> **What to work on**: Look below for the line that has "#53=IFCINDEXEDPOLYGONALFACE((1,2,4,3));". Set down the lines from there through the line that has "#82=IFCINDEXEDPOLYGONALFACE((5,7,8,6));", exactly as written.

> **Saved data entries**:
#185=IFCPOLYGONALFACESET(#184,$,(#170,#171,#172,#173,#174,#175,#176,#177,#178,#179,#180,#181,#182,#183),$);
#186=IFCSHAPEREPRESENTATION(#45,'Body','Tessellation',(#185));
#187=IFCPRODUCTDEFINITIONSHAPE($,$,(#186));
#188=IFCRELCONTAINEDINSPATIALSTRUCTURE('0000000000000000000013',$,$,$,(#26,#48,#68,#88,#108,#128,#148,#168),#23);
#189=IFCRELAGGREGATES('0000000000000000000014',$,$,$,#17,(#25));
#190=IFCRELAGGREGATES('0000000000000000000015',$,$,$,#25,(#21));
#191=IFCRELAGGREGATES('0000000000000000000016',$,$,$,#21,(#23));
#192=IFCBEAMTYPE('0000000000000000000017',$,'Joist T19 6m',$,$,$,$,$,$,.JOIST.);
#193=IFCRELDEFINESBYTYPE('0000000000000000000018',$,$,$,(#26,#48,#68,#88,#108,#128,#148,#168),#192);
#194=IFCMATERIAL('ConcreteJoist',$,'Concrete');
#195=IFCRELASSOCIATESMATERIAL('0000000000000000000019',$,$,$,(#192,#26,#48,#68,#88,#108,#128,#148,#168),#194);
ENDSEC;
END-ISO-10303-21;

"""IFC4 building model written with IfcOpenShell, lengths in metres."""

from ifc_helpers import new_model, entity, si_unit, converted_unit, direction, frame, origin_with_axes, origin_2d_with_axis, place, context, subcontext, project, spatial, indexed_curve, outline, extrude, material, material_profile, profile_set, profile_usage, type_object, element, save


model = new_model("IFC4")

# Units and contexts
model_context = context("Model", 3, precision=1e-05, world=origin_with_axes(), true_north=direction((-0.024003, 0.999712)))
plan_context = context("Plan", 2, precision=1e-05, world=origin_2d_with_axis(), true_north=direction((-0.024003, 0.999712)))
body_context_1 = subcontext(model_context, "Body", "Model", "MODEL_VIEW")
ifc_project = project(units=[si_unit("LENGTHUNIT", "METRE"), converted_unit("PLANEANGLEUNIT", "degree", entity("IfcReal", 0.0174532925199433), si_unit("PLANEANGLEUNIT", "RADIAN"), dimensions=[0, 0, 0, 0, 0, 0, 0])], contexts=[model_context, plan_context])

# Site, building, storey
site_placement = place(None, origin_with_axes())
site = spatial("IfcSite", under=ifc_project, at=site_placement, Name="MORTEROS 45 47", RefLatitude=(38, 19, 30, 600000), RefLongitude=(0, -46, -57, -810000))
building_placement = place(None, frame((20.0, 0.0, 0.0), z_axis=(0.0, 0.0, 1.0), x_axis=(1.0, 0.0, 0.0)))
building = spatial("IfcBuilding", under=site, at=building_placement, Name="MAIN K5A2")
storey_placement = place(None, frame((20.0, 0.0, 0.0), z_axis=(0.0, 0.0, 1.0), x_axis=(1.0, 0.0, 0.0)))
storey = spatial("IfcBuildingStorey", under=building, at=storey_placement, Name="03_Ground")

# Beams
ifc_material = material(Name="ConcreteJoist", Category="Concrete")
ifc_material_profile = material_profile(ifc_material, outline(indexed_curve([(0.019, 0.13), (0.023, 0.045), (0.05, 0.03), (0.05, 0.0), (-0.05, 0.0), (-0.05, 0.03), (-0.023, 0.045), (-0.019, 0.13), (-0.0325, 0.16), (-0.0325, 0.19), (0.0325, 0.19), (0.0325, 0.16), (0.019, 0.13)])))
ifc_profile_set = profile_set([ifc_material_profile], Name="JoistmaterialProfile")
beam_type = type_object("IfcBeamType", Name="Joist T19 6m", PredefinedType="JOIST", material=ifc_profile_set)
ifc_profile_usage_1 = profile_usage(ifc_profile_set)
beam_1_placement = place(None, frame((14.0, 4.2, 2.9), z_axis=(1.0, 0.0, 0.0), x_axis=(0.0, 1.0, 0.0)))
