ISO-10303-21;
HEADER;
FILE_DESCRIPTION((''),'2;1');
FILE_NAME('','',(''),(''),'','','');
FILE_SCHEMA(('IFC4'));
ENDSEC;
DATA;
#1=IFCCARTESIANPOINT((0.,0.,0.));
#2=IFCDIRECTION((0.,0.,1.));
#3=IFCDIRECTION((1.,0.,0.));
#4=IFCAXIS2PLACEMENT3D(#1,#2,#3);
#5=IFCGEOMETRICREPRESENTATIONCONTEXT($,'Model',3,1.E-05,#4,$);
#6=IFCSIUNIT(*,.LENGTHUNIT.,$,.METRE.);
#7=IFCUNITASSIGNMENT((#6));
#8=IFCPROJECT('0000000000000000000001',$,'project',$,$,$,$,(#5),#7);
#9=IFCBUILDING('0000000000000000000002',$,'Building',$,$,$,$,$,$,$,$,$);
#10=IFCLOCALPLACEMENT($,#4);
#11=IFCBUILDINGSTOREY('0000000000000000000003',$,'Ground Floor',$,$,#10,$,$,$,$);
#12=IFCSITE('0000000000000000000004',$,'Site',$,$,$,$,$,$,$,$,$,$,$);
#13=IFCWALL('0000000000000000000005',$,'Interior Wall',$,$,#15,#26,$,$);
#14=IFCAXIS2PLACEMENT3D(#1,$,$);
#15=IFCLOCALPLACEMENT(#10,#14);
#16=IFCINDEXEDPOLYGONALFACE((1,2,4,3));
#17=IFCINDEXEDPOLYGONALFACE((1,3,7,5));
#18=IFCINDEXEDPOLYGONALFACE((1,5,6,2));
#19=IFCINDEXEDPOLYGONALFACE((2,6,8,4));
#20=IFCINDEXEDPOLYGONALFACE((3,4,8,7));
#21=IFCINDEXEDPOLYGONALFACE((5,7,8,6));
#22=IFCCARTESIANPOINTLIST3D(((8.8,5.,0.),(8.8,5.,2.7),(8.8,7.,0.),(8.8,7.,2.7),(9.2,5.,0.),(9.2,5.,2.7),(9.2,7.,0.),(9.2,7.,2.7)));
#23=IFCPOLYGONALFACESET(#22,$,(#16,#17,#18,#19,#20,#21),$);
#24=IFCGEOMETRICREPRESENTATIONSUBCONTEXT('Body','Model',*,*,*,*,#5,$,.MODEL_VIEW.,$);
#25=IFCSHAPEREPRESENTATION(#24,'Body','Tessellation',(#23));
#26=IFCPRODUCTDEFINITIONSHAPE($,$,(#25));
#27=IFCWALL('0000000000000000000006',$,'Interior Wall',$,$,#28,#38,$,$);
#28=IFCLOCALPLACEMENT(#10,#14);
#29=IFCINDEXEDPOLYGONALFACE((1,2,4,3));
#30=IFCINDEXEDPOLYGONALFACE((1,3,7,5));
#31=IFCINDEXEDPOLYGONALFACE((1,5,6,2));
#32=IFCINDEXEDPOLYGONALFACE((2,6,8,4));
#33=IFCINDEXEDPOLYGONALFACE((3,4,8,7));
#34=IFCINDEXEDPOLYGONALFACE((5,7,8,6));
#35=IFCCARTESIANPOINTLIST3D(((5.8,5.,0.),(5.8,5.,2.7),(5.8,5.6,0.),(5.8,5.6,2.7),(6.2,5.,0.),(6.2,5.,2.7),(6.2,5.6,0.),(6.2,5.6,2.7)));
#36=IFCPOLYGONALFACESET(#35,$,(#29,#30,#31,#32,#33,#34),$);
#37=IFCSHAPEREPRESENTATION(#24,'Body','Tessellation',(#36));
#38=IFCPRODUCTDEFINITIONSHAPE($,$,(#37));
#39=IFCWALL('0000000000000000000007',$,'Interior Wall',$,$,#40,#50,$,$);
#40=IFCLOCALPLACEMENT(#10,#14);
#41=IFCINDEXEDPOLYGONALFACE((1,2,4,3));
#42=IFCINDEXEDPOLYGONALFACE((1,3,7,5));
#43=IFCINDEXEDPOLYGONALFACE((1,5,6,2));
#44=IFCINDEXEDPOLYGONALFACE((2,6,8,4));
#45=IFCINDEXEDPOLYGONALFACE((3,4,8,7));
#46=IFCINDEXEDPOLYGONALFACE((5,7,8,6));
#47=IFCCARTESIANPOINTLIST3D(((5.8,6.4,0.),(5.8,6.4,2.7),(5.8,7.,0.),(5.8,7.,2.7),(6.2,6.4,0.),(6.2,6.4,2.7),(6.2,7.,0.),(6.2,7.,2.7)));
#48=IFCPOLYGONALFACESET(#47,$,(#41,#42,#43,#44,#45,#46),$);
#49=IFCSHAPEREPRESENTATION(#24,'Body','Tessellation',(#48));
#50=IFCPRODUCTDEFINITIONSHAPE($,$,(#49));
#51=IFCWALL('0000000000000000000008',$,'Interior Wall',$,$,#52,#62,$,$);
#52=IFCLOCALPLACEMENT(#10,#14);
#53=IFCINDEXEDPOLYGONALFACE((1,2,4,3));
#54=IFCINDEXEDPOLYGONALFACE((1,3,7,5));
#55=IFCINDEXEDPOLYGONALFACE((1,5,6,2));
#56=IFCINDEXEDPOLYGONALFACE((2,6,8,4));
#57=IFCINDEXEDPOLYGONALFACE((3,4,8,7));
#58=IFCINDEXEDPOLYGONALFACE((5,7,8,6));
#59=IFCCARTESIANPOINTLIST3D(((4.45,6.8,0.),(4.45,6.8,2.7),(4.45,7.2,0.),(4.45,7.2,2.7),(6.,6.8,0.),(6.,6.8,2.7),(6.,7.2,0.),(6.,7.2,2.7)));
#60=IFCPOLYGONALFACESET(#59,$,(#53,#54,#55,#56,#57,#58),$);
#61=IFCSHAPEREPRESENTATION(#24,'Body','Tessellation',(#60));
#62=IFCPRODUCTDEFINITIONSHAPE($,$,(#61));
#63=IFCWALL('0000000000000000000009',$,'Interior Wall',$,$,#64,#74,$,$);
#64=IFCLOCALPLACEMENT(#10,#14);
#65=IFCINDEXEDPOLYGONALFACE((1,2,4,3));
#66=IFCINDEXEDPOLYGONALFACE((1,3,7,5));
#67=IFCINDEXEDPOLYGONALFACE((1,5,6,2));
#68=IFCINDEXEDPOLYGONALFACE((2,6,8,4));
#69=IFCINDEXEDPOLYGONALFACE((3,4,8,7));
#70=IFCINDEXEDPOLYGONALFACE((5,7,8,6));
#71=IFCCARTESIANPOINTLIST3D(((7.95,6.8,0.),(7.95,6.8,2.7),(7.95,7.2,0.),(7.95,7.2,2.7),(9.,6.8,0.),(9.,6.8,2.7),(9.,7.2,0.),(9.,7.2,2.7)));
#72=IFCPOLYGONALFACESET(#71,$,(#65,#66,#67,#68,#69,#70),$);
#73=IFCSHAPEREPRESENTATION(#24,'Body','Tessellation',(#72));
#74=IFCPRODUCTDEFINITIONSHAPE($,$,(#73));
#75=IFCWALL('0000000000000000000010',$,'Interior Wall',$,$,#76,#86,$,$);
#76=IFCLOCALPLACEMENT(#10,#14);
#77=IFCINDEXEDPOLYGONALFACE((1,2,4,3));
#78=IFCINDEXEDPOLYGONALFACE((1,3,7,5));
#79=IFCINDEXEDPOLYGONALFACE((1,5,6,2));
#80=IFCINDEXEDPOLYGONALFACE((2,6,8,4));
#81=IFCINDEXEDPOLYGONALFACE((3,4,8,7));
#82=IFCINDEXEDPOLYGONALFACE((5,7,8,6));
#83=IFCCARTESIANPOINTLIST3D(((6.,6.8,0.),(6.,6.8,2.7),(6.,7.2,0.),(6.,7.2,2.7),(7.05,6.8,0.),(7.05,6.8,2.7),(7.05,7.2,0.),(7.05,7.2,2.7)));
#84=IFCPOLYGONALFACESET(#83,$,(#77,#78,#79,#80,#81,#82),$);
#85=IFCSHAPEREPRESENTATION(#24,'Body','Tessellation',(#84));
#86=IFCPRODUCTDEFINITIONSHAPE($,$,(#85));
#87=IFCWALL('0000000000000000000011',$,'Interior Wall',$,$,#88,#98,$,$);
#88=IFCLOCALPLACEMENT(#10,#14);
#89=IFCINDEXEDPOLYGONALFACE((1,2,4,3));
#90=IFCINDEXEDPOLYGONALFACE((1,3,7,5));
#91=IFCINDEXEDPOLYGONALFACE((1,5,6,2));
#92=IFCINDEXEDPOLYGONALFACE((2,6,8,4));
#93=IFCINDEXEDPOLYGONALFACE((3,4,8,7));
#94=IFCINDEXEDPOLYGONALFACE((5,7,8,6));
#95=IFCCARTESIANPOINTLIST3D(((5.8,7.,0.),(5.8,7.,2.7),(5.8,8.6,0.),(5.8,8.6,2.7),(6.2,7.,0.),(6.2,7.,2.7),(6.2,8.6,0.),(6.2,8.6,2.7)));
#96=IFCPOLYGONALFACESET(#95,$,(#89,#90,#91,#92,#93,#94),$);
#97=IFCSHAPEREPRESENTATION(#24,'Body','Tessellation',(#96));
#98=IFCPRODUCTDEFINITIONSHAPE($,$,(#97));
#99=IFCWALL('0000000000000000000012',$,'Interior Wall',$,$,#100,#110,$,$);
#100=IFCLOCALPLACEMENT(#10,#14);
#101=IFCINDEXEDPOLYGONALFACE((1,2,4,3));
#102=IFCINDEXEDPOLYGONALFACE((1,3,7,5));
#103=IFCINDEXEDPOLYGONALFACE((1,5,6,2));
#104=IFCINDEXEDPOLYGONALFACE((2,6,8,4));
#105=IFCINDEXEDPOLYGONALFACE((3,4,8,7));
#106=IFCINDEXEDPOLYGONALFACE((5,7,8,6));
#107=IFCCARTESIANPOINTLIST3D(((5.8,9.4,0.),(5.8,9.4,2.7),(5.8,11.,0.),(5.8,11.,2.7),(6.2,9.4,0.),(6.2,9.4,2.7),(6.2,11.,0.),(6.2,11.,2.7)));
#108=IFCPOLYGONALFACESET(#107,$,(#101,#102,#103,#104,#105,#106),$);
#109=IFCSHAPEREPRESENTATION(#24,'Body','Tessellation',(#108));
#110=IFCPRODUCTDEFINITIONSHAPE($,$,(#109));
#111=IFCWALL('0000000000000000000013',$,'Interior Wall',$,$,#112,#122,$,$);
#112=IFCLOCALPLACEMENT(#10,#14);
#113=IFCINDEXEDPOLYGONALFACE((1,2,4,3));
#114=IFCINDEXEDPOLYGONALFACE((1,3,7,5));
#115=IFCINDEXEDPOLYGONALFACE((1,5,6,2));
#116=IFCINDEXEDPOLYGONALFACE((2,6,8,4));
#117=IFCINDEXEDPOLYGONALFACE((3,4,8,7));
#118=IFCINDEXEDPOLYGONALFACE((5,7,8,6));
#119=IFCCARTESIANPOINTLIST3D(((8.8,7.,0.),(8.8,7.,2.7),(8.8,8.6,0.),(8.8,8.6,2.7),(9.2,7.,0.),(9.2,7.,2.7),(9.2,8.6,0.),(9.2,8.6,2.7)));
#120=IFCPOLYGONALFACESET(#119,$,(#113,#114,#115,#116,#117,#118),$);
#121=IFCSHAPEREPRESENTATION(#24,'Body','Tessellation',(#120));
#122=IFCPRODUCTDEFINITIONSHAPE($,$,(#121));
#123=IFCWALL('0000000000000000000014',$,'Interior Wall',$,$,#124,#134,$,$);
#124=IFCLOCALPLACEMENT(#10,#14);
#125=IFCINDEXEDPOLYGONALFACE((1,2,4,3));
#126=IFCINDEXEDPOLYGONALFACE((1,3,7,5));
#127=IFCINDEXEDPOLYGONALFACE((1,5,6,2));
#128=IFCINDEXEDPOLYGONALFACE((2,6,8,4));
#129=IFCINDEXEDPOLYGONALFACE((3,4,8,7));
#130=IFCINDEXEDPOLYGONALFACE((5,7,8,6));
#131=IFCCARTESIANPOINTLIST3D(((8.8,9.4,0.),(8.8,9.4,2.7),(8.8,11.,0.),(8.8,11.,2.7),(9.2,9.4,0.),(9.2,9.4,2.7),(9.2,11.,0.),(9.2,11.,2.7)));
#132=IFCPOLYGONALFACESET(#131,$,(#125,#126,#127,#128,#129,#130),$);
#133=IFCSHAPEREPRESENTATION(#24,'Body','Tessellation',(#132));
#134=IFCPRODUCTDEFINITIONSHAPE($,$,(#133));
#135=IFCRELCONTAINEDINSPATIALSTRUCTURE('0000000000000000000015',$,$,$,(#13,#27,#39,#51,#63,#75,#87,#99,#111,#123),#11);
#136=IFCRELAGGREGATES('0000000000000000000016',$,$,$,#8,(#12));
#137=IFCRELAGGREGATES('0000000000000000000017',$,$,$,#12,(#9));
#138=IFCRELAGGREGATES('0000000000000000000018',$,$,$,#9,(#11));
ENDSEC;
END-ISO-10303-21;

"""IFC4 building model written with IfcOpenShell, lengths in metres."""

from ifc_helpers import new_model, si_unit, frame, origin_with_axes, place, context, subcontext, project, spatial, indexed_curve, outline, extrude, element, save


model = new_model("IFC4")

# Units and contexts
model_context = context("Model", 3, precision=1e-05, world=origin_with_axes())
body_context = subcontext(model_context, "Body", "Model", "MODEL_VIEW")
ifc_project = project(units=[si_unit("LENGTHUNIT", "METRE")], contexts=[model_context])

# Site, building, storey
site = spatial("IfcSite", under=ifc_project, Name="Site")
building = spatial("IfcBuilding", under=site, Name="Building")
storey_placement = place(None, origin_with_axes())
storey = spatial("IfcBuildingStorey", under=building, at=storey_placement, Name="Ground Floor")

# Walls
wall_1_placement = place(storey_placement, frame((9.0, 7.0, 0.0), z_axis=(0.0, 0.0, 1.0), x_axis=(0.0, -1.0, 0.0)))
element("IfcWall", 1, at=wall_1_placement, inside=storey, Name="Interior Wall", context=body_context, shape_type="SweptSolid", body=[
    extrude(outline(indexed_curve([(0.0, 0.0), (0.0, 0.4), (2.0, 0.4), (2.0, 0.0), (0.0, 0.0)], self_intersect=False)), frame((0.0, -0.2, 0.0), z_axis=(0.0, 0.0, 1.0), x_axis=(1.0, 0.0, 0.0)), (0.0, 0.0, 1.0), 2.7),
])
for number, where, z_axis, x_axis, name in (
    (2, (6.0, 5.0, 0.0), (0.0, 0.0, 1.0), (0.0, 1.0, 0.0), "Interior Wall"),
    (3, (6.0, 6.4, 0.0), (0.0, 0.0, 1.0), (0.0, 1.0, 0.0), "Interior Wall"),
):
    element("IfcWall", number, at=place(storey_placement, frame(where, z_axis=z_axis, x_axis=x_axis)), inside=storey, Name=name, context=body_context, shape_type="SweptSolid", body=[
        extrude(outline(indexed_curve([(0.0, 0.0), (0.0, 0.4), (0.6, 0.4), (0.6, 0.0), (0.0, 0.0)], self_intersect=False)), frame((0.0, -0.2, 0.0), z_axis=(0.0, 0.0, 1.0), x_axis=(1.0, 0.0, 0.0)), (0.0, 0.0, 1.0), 2.7),
    ])
wall_2_placement = place(storey_placement, frame((6.0, 7.0, 0.0), z_axis=(0.0, 0.0, 1.0), x_axis=(-1.0, 0.0, 0.0)))
element("IfcWall", 4, at=wall_2_placement, inside=storey, Name="Interior Wall", context=body_context, shape_type="SweptSolid", body=[
    extrude(outline(indexed_curve([(0.0, 0.0), (0.0, 0.4), (1.55, 0.4), (1.55, 0.0), (0.0, 0.0)], self_intersect=False)), frame((0.0, -0.2, 0.0), z_axis=(0.0, 0.0, 1.0), x_axis=(1.0, 0.0, 0.0)), (0.0, 0.0, 1.0), 2.7),
])
for number, where, z_axis, x_axis, name in (
    (5, (9.0, 7.0, 0.0), (0.0, 0.0, 1.0), (-1.0, 0.0, 0.0), "Interior Wall"),
    (6, (7.05, 7.0, 0.0), (0.0, 0.0, 1.0), (-1.0, 0.0, 0.0), "Interior Wall"),
):
    element("IfcWall", number, at=place(storey_placement, frame(where, z_axis=z_axis, x_axis=x_axis)), inside=storey, Name=name, context=body_context, shape_type="SweptSolid", body=[
        extrude(outline(indexed_curve([(0.0, 0.0), (0.0, 0.4), (1.05, 0.4), (1.05, 0.0), (0.0, 0.0)], self_intersect=False)), frame((0.0, -0.2, 0.0), z_axis=(0.0, 0.0, 1.0), x_axis=(1.0, 0.0, 0.0)), (0.0, 0.0, 1.0), 2.7),
    ])
for number, where, z_axis, x_axis, name in (
    (7, (6.0, 7.0, 0.0), (0.0, 0.0, 1.0), (0.0, 1.0, 0.0), "Interior Wall"),
    (8, (6.0, 9.4, 0.0), (0.0, 0.0, 1.0), (0.0, 1.0, 0.0), "Interior Wall"),
    (9, (9.0, 7.0, 0.0), (0.0, 0.0, 1.0), (0.0, 1.0, 0.0), "Interior Wall"),
    (10, (9.0, 9.4, 0.0), (0.0, 0.0, 1.0), (0.0, 1.0, 0.0), "Interior Wall"),
):
    element("IfcWall", number, at=place(storey_placement, frame(where, z_axis=z_axis, x_axis=x_axis)), inside=storey, Name=name, context=body_context, shape_type="SweptSolid", body=[
        extrude(outline(indexed_curve([(0.0, 0.0), (0.0, 0.4), (1.6, 0.4), (1.6, 0.0), (0.0, 0.0)], self_intersect=False)), frame((0.0, -0.2, 0.0), z_axis=(0.0, 0.0, 1.0), x_axis=(1.0, 0.0, 0.0)), (0.0, 0.0, 1.0), 2.7),
    ])

save(model, "model.ifc")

> **Response to the task**:
#53=IFCINDEXEDPOLYGONALFACE((1,2,4,3));
#54=IFCINDEXEDPOLYGONALFACE((1,3,7,5));
#55=IFCINDEXEDPOLYGONALFACE((1,5,6,2));
#56=IFCINDEXEDPOLYGONALFACE((2,6,8,4));
#57=IFCINDEXEDPOLYGONALFACE((3,4,8,7));
#58=IFCINDEXEDPOLYGONALFACE((5,7,8,6));
#59=IFCCARTESIANPOINTLIST3D(((4.45,6.8,0.),(4.45,6.8,2.7),(4.45,7.2,0.),(4.45,7.2,2.7),(6.,6.8,0.),(6.,6.8,2.7),(6.,7.2,0.),(6.,7.2,2.7)));
#60=IFCPOLYGONALFACESET(#59,$,(#53,#54,#55,#56,#57,#58),$);
#61=IFCSHAPEREPRESENTATION(#24,'Body','Tessellation',(#60));
#62=IFCPRODUCTDEFINITIONSHAPE($,$,(#61));
#63=IFCWALL('0000000000000000000009',$,'Interior Wall',$,$,#64,#74,$,$);
#64=IFCLOCALPLACEMENT(#10,#14);
#65=IFCINDEXEDPOLYGONALFACE((1,2,4,3));
#66=IFCINDEXEDPOLYGONALFACE((1,3,7,5));
#67=IFCINDEXEDPOLYGONALFACE((1,5,6,2));
#68=IFCINDEXEDPOLYGONALFACE((2,6,8,4));
#69=IFCINDEXEDPOLYGONALFACE((3,4,8,7));
#70=IFCINDEXEDPOLYGONALFACE((5,7,8,6));
#71=IFCCARTESIANPOINTLIST3D(((7.95,6.8,0.),(7.95,6.8,2.7),(7.95,7.2,0.),(7.95,7.2,2.7),(9.,6.8,0.),(9.,6.8,2.7),(9.,7.2,0.),(9.,7.2,2.7)));
#72=IFCPOLYGONALFACESET(#71,$,(#65,#66,#67,#68,#69,#70),$);
#73=IFCSHAPEREPRESENTATION(#24,'Body','Tessellation',(#72));
#74=IFCPRODUCTDEFINITIONSHAPE($,$,(#73));
#75=IFCWALL('0000000000000000000010',$,'Interior Wall',$,$,#76,#86,$,$);
#76=IFCLOCALPLACEMENT(#10,#14);
#77=IFCINDEXEDPOLYGONALFACE((1,2,4,3));
#78=IFCINDEXEDPOLYGONALFACE((1,3,7,5));
#79=IFCINDEXEDPOLYGONALFACE((1,5,6,2));
#80=IFCINDEXEDPOLYGONALFACE((2,6,8,4));
#81=IFCINDEXEDPOLYGONALFACE((3,4,8,7));
#82=IFCINDEXEDPOLYGONALFACE((5,7,8,6));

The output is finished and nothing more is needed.